Added value
First, conventional indentation testing devices perform mechanical testing at the mm to cm scale, so they
cannot assess tissue properties at the cellular to molecular level, i.e. at the scale were the biochemical
processes occur and also where most diseases start. Hence, reliable detection of alterations occurring
at all levels of the cartilage architecture is crucial for obtaining a more comprehensive understanding
eventually leading towards an early diagnosis of the disease which, in turn, is a prerequisite for
developing more effective interventions for stopping or even curing osteoarthritis. Second, from the
perspective of orthopedic surgeons, the initial key application of the arthroscopic AFM is in the quality
control of transplanted autologous cartilage tissue as well as of tissue engineered constructs (both
approaches are already available to the clinician) where it is of major interest to trace the development
of the transplanted or tissue engineered cartilage over time in terms of mechanical stability and
biocompatibility. Third, unlike any other applied technique used for assessing the morphological and
biomechanical state of articular cartilage the AFM enabled us to directly image, measure and manipulate
the tissue in situ by employing multifunctional tips.

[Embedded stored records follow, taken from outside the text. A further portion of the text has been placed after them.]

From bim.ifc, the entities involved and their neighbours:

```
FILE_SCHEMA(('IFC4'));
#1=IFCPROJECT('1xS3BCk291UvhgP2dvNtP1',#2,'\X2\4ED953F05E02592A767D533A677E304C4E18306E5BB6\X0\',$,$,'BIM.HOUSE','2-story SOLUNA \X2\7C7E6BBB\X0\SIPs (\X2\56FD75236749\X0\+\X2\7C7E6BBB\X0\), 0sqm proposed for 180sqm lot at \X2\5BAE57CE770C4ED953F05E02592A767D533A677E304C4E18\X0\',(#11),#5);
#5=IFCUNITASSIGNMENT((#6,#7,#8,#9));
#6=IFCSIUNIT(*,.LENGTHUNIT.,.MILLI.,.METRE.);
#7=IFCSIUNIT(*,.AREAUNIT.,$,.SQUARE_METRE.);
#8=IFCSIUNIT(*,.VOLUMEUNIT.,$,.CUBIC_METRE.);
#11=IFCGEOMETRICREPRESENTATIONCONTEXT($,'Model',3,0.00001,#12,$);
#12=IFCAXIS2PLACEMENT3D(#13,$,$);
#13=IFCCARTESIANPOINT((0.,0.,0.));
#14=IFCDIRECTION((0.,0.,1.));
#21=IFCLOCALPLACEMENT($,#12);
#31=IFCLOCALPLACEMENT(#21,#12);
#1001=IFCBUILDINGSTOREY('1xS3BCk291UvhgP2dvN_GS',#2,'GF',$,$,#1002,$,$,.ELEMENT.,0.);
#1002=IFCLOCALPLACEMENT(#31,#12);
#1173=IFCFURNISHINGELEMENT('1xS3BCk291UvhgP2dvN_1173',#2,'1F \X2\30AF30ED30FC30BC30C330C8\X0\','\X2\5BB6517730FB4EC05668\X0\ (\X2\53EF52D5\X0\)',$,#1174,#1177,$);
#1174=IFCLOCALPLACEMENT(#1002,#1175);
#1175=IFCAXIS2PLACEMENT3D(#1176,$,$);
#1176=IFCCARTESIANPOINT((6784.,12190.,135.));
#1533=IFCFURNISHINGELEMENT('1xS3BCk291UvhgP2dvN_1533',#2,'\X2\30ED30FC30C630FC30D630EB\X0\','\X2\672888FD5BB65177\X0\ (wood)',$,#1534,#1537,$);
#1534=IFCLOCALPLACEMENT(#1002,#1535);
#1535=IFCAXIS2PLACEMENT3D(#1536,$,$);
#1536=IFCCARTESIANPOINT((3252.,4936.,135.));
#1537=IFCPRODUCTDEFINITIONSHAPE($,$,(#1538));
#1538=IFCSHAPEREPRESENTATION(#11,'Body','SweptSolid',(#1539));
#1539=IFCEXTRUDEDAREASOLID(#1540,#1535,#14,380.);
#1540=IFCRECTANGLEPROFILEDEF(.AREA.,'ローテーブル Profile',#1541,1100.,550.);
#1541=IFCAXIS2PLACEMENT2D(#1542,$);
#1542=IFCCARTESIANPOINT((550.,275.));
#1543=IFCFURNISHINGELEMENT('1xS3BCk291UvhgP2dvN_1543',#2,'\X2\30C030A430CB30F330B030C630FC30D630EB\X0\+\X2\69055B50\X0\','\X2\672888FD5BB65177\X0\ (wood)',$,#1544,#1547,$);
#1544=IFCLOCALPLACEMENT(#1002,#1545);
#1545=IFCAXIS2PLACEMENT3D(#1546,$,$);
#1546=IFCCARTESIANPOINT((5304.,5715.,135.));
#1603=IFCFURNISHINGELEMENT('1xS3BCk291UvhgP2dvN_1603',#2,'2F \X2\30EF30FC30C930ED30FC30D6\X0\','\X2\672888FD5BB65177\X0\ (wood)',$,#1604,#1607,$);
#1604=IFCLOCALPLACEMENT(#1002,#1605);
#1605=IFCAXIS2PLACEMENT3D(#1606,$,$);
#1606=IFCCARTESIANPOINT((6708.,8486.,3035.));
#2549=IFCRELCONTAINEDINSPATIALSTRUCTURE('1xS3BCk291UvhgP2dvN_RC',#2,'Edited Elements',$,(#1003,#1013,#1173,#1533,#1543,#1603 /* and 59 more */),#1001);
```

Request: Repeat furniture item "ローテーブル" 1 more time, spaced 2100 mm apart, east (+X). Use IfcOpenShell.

```python
import numpy as np
import ifcopenshell
import ifcopenshell.api.geometry
import ifcopenshell.api.root
import ifcopenshell.util.element
import ifcopenshell.util.placement
import ifcopenshell.util.unit

model = ifcopenshell.open("bim.ifc")
unit_scale = ifcopenshell.util.unit.calculate_unit_scale(model)


def reuse_history(source, copy):
    """copy_class also copies each property set's owner history, people and application; keep the originals."""
    for rel in copy.IsDefinedBy:
        if rel.is_a("IfcRelDefinesByProperties") and (history := rel.RelatingPropertyDefinition.OwnerHistory):
            rel.RelatingPropertyDefinition.OwnerHistory = source.OwnerHistory
            ifcopenshell.util.element.remove_deep2(model, history)


source = model.by_id(1533)
base = ifcopenshell.util.placement.get_local_placement(source.ObjectPlacement)
step = np.array([1.0, 0.0, 0.0]) * 2.1 / unit_scale

for i in range(1, 2):
    copy = ifcopenshell.api.root.copy_class(model, product=source)
    copy.Representation = ifcopenshell.util.element.copy_deep(
        model, source.Representation, exclude=["IfcGeometricRepresentationContext", "IfcRepresentationMap"]
    )
    reuse_history(source, copy)
    matrix = base.copy()
    matrix[:3, 3] += i * step
    print("added at", matrix[:3, 3].round(3) + 0.0)
    ifcopenshell.api.geometry.edit_object_placement(model, product=copy, matrix=matrix, is_si=False)

model.write("bim_edited.ifc")
```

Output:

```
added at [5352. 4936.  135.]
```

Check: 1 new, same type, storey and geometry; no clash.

In the context of new applications of nanoscience, the arthroscopic AFM will move from the bench to the
patient. The arthroscopic AFM might be just the beginning of a new generation of nanotools for minimally
invasive interventions of other parts of the body such as, for example, the detection of vulnerable plaques
in the heart coronary arteries by a catheter-based approach. In that perspective, we are still living in
the “stone age” of scanning probe-based clinical tools. However, we believe that scanning probe
devices will eventually help surgeons to more effectively detect diseases and to repair the human body.